_PROBLEM DETAILS_:
The complete set of records below must be repeated precisely as given.

Collected data
======

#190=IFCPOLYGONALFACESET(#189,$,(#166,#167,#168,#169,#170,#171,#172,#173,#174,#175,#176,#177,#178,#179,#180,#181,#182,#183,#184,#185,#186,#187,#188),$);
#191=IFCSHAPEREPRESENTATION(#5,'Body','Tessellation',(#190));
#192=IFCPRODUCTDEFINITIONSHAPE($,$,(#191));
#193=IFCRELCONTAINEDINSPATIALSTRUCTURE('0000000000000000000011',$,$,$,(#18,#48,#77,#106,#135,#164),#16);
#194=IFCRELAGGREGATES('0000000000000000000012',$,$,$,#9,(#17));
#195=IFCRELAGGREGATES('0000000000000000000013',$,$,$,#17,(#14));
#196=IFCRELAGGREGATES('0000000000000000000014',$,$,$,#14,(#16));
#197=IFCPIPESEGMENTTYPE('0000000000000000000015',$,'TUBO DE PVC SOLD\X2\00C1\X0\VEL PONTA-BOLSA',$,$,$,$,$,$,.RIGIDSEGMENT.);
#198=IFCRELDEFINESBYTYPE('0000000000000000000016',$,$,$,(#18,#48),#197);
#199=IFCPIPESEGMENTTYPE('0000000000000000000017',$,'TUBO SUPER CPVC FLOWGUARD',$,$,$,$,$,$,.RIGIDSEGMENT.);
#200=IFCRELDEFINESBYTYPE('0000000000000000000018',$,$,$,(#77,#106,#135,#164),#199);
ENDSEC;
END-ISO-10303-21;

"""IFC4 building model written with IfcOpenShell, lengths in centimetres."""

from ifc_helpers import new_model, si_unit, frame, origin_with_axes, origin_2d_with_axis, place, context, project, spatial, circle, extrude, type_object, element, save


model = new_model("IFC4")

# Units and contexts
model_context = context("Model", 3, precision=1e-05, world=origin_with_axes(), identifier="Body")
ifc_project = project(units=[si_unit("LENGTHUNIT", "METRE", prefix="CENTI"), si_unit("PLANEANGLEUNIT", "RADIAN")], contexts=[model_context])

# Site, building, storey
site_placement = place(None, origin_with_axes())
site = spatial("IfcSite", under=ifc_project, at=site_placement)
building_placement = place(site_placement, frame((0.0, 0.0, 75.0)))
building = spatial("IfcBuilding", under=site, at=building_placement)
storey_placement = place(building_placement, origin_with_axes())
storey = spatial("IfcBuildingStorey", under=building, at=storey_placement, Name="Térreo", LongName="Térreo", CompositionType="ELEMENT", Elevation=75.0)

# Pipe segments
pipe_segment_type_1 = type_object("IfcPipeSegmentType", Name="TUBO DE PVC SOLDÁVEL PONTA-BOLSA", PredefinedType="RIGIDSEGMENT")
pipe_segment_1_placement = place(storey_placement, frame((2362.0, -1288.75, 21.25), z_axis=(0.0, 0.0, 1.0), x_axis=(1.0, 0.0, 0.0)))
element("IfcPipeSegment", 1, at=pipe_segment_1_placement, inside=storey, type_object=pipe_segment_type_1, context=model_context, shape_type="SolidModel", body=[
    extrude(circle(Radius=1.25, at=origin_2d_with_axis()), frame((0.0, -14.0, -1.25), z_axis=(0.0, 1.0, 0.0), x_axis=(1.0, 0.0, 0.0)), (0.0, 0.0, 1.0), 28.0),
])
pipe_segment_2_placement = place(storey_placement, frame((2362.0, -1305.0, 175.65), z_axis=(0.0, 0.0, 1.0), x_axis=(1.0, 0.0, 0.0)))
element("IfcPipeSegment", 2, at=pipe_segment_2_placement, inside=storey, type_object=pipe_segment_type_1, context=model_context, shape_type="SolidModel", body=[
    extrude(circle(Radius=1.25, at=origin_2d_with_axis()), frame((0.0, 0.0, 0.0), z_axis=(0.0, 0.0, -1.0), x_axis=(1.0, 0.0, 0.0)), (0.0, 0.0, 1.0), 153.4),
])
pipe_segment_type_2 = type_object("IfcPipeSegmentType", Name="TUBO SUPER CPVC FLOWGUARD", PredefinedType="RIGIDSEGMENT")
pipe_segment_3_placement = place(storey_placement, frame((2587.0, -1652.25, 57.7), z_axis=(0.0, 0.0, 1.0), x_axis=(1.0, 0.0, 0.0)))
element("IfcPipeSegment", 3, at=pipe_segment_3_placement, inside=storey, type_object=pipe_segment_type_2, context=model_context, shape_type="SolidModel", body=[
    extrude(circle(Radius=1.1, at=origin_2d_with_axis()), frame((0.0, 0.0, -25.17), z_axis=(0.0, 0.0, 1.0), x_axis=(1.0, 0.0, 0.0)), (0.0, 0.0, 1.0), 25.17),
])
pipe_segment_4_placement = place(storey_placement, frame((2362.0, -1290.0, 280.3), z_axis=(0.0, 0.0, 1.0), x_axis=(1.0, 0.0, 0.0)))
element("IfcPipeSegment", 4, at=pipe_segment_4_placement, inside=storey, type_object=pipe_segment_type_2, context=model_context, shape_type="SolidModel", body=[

======

_TASK RESULT_:
#190=IFCPOLYGONALFACESET(#189,$,(#166,#167,#168,#169,#170,#171,#172,#173,#174,#175,#176,#177,#178,#179,#180,#181,#182,#183,#184,#185,#186,#187,#188),$);
#191=IFCSHAPEREPRESENTATION(#5,'Body','Tessellation',(#190));
#192=IFCPRODUCTDEFINITIONSHAPE($,$,(#191));
#193=IFCRELCONTAINEDINSPATIALSTRUCTURE('0000000000000000000011',$,$,$,(#18,#48,#77,#106,#135,#164),#16);
#194=IFCRELAGGREGATES('0000000000000000000012',$,$,$,#9,(#17));
#195=IFCRELAGGREGATES('0000000000000000000013',$,$,$,#17,(#14));
#196=IFCRELAGGREGATES('0000000000000000000014',$,$,$,#14,(#16));
#197=IFCPIPESEGMENTTYPE('0000000000000000000015',$,'TUBO DE PVC SOLD\X2\00C1\X0\VEL PONTA-BOLSA',$,$,$,$,$,$,.RIGIDSEGMENT.);
#198=IFCRELDEFINESBYTYPE('0000000000000000000016',$,$,$,(#18,#48),#197);
#199=IFCPIPESEGMENTTYPE('0000000000000000000017',$,'TUBO SUPER CPVC FLOWGUARD',$,$,$,$,$,$,.RIGIDSEGMENT.);
#200=IFCRELDEFINESBYTYPE('0000000000000000000018',$,$,$,(#77,#106,#135,#164),#199);
ENDSEC;
END-ISO-10303-21;

"""IFC4 building model written with IfcOpenShell, lengths in centimetres."""

from ifc_helpers import new_model, si_unit, frame, origin_with_axes, origin_2d_with_axis, place, context, project, spatial, circle, extrude, type_object, element, save


model = new_model("IFC4")

# Units and contexts
model_context = context("Model", 3, precision=1e-05, world=origin_with_axes(), identifier="Body")
ifc_project = project(units=[si_unit("LENGTHUNIT", "METRE", prefix="CENTI"), si_unit("PLANEANGLEUNIT", "RADIAN")], contexts=[model_context])

# Site, building, storey
site_placement = place(None, origin_with_axes())
site = spatial("IfcSite", under=ifc_project, at=site_placement)
building_placement = place(site_placement, frame((0.0, 0.0, 75.0)))
building = spatial("IfcBuilding", under=site, at=building_placement)
storey_placement = place(building_placement, origin_with_axes())
storey = spatial("IfcBuildingStorey", under=building, at=storey_placement, Name="Térreo", LongName="Térreo", CompositionType="ELEMENT", Elevation=75.0)

# Pipe segments
pipe_segment_type_1 = type_object("IfcPipeSegmentType", Name="TUBO DE PVC SOLDÁVEL PONTA-BOLSA", PredefinedType="RIGIDSEGMENT")
pipe_segment_1_placement = place(storey_placement, frame((2362.0, -1288.75, 21.25), z_axis=(0.0, 0.0, 1.0), x_axis=(1.0, 0.0, 0.0)))
element("IfcPipeSegment", 1, at=pipe_segment_1_placement, inside=storey, type_object=pipe_segment_type_1, context=model_context, shape_type="SolidModel", body=[
    extrude(circle(Radius=1.25, at=origin_2d_with_axis()), frame((0.0, -14.0, -1.25), z_axis=(0.0, 1.0, 0.0), x_axis=(1.0, 0.0, 0.0)), (0.0, 0.0, 1.0), 28.0),
])
pipe_segment_2_placement = place(storey_placement, frame((2362.0, -1305.0, 175.65), z_axis=(0.0, 0.0, 1.0), x_axis=(1.0, 0.0, 0.0)))
element("IfcPipeSegment", 2, at=pipe_segment_2_placement, inside=storey, type_object=pipe_segment_type_1, context=model_context, shape_type="SolidModel", body=[
    extrude(circle(Radius=1.25, at=origin_2d_with_axis()), frame((0.0, 0.0, 0.0), z_axis=(0.0, 0.0, -1.0), x_axis=(1.0, 0.0, 0.0)), (0.0, 0.0, 1.0), 153.4),
])
pipe_segment_type_2 = type_object("IfcPipeSegmentType", Name="TUBO SUPER CPVC FLOWGUARD", PredefinedType="RIGIDSEGMENT")
pipe_segment_3_placement = place(storey_placement, frame((2587.0, -1652.25, 57.7), z_axis=(0.0, 0.0, 1.0), x_axis=(1.0, 0.0, 0.0)))
element("IfcPipeSegment", 3, at=pipe_segment_3_placement, inside=storey, type_object=pipe_segment_type_2, context=model_context, shape_type="SolidModel", body=[
    extrude(circle(Radius=1.1, at=origin_2d_with_axis()), frame((0.0, 0.0, -25.17), z_axis=(0.0, 0.0, 1.0), x_axis=(1.0, 0.0, 0.0)), (0.0, 0.0, 1.0), 25.17),
])
pipe_segment_4_placement = place(storey_placement, frame((2362.0, -1290.0, 280.3), z_axis=(0.0, 0.0, 1.0), x_axis=(1.0, 0.0, 0.0)))
element("IfcPipeSegment", 4, at=pipe_segment_4_placement, inside=storey, type_object=pipe_segment_type_2, context=model_context, shape_type="SolidModel", body=[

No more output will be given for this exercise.